Least squares method is an efficient approach to estimate the spectral coefficients but cannot be applied if the sample size M is much lower than the PC basis dimension \(N_{\mathrm{b}}\). In this case, more advanced methods are used to produce sparse PC.

Ordinary least squares

A first way of estimating the spectral coefficients of a PC expansion is to use the Ordinary Least Squares (OLS) method that consists of minimizing the squared norm of the residual,

$$\begin{aligned} \min _{{\varvec{u}}}\Vert A {\varvec{u}}-\mathbbm {u}\Vert _2^2, \end{aligned}$$

(10)

where \(A\in \mathbb {R}^{M,N_{\mathrm{b}}}\) is the matrix of basis functions \(\phi _{{\varvec{k}}}({\varvec{\xi }}^{(m)})\), \({\varvec{u}}\in \mathbb {R}^{N_{\mathrm{b}}}\) collects the spectral coefficients \(u_{{\varvec{k}}}\) and \(\mathbbm {u}\in \mathbbm {R}^{M}\) is the vector of model output \(u({\varvec{\xi }}^{(m)})\). The solution of the minimization problem (10) satisfies the system of normal equations

$$\begin{aligned} A^\top A {\varvec{u}}= A^\top \mathbbm {u}, \end{aligned}$$

(11)

provided that the matrix \(A^\top A\) is invertible.
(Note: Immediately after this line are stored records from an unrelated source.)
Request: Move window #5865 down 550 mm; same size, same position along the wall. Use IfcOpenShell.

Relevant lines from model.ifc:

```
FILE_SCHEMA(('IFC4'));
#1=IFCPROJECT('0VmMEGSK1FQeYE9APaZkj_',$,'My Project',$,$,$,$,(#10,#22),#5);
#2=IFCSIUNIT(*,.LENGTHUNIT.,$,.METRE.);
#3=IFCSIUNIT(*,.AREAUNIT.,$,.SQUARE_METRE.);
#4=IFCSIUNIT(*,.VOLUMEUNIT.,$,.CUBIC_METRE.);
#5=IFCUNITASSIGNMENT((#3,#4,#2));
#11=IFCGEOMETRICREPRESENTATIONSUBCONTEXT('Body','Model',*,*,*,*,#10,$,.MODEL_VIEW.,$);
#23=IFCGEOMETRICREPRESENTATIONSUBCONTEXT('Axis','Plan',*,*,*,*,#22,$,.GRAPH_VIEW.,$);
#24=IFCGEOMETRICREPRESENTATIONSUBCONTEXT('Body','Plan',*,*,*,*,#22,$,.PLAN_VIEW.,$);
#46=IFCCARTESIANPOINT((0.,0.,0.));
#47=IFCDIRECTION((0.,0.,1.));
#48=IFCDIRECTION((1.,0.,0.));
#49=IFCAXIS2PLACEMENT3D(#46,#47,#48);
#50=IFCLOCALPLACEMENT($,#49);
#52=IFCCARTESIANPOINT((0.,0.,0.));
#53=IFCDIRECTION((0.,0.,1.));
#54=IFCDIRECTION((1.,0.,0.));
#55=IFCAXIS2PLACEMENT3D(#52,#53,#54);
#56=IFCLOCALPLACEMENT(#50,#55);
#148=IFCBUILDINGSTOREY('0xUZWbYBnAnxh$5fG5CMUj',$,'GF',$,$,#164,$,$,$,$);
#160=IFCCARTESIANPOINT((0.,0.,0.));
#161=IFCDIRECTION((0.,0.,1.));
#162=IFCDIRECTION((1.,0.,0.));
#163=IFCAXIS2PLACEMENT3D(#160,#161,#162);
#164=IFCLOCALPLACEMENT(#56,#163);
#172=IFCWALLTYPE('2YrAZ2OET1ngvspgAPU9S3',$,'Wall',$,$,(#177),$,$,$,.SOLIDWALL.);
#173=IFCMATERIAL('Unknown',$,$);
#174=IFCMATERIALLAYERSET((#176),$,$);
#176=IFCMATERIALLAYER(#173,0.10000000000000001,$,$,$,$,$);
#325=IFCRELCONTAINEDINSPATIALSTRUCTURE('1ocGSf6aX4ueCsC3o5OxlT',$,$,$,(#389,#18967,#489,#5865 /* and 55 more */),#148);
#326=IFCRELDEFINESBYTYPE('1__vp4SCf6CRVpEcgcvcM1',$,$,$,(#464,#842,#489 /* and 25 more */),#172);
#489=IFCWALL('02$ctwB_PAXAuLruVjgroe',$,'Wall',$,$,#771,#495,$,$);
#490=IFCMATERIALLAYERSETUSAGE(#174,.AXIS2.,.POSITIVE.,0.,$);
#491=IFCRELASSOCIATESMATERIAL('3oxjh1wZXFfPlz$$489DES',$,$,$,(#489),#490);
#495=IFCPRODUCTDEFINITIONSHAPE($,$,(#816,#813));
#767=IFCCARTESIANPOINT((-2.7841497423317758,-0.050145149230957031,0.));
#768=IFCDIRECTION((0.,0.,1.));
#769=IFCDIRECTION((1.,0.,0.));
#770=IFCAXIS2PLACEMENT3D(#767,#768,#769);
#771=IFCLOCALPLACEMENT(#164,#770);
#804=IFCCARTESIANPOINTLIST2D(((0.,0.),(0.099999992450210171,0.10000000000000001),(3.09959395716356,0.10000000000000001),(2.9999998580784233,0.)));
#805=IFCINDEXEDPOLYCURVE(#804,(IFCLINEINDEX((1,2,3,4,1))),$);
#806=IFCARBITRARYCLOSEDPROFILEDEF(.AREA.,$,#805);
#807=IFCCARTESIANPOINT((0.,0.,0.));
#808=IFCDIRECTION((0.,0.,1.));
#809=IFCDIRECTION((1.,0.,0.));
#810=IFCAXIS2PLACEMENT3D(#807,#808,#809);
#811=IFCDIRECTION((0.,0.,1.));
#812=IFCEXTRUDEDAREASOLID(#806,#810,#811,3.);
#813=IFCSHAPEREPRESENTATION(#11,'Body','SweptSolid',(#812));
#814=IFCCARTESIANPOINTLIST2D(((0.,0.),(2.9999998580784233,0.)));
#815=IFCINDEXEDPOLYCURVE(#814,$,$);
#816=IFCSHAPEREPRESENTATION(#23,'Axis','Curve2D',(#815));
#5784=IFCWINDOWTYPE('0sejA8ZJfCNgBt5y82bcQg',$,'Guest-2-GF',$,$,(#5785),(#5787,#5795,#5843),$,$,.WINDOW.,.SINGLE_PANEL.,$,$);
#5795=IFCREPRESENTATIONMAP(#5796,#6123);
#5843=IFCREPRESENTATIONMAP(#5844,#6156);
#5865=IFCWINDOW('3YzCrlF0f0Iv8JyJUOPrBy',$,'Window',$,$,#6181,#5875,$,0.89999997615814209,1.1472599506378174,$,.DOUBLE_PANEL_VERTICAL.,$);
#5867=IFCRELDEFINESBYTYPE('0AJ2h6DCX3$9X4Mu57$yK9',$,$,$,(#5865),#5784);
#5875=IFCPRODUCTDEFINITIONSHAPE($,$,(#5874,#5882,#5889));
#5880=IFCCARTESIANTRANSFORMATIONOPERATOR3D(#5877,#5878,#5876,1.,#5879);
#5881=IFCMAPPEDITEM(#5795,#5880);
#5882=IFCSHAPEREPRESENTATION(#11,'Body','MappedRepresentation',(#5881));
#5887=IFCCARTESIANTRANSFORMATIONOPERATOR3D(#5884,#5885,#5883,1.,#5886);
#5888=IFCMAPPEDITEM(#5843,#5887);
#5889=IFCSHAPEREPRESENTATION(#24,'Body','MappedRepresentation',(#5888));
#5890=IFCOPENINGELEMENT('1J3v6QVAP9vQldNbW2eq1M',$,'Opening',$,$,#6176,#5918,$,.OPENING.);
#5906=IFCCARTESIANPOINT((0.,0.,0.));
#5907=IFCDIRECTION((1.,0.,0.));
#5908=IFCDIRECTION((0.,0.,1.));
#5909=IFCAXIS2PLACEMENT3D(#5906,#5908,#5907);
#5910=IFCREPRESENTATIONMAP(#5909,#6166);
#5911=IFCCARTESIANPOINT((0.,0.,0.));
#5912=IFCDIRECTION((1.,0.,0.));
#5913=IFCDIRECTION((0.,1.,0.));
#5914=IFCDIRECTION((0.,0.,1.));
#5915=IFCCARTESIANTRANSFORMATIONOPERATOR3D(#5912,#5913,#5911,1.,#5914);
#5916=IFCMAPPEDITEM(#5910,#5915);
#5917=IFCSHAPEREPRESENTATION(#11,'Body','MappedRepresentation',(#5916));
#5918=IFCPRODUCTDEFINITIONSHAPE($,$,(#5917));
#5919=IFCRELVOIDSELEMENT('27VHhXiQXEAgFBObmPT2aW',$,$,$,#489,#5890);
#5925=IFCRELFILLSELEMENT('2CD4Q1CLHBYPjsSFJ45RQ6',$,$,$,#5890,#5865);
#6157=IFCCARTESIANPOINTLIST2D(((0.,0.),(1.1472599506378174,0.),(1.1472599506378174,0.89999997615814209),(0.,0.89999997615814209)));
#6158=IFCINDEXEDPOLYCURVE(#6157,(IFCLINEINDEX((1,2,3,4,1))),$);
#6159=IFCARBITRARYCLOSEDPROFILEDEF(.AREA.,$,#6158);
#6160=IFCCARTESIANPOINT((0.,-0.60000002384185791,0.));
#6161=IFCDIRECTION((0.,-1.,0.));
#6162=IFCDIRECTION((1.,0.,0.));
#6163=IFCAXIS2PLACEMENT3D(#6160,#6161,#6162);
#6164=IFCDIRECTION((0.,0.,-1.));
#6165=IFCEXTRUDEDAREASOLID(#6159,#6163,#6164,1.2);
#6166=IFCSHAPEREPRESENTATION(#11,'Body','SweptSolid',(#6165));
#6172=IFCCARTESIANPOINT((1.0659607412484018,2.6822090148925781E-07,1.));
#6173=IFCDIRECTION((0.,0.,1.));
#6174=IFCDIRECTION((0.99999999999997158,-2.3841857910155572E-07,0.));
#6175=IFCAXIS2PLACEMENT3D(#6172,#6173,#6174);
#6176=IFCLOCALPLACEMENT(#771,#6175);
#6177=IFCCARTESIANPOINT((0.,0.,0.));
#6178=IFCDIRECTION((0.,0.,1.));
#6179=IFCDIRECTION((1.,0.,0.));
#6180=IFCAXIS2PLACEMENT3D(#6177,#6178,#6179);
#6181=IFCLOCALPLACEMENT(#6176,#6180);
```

```python
import numpy as np
import ifcopenshell
import ifcopenshell.api.geometry
import ifcopenshell.util.placement
import ifcopenshell.util.unit

model = ifcopenshell.open("model.ifc")
unit_scale = ifcopenshell.util.unit.calculate_unit_scale(model)

window = model.by_guid("3YzCrlF0f0Iv8JyJUOPrBy")
opening = window.FillsVoids[0].RelatingOpeningElement
dz = -0.55

shift = np.array([0.0, 0.0, dz])
# The window is placed relative to its opening, so it follows when the opening moves.
matrix = ifcopenshell.util.placement.get_local_placement(opening.ObjectPlacement)
matrix[:3, 3] += shift
ifcopenshell.api.geometry.edit_object_placement(
    model, product=opening, matrix=matrix, is_si=False, should_transform_children=True
)

print(f"moved by {dz * unit_scale:+.3f} m")

model.write("model_v2.ifc")
```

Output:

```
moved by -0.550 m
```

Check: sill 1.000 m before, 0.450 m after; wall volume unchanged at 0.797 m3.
Orthogonal matching pursuit

When dealing with high dimensional case, sparse approximation theory has been developed for finding solutions to underdetermined linear systems under sparsity constraint. Such parsimonious solutions can be justified by the sparsity-of-effects principle stating that most models are usually dominated by main effects and low-order interactions²⁸. This principle is illustrated in PC by sparse expansions in which most of the coefficients are zeroes.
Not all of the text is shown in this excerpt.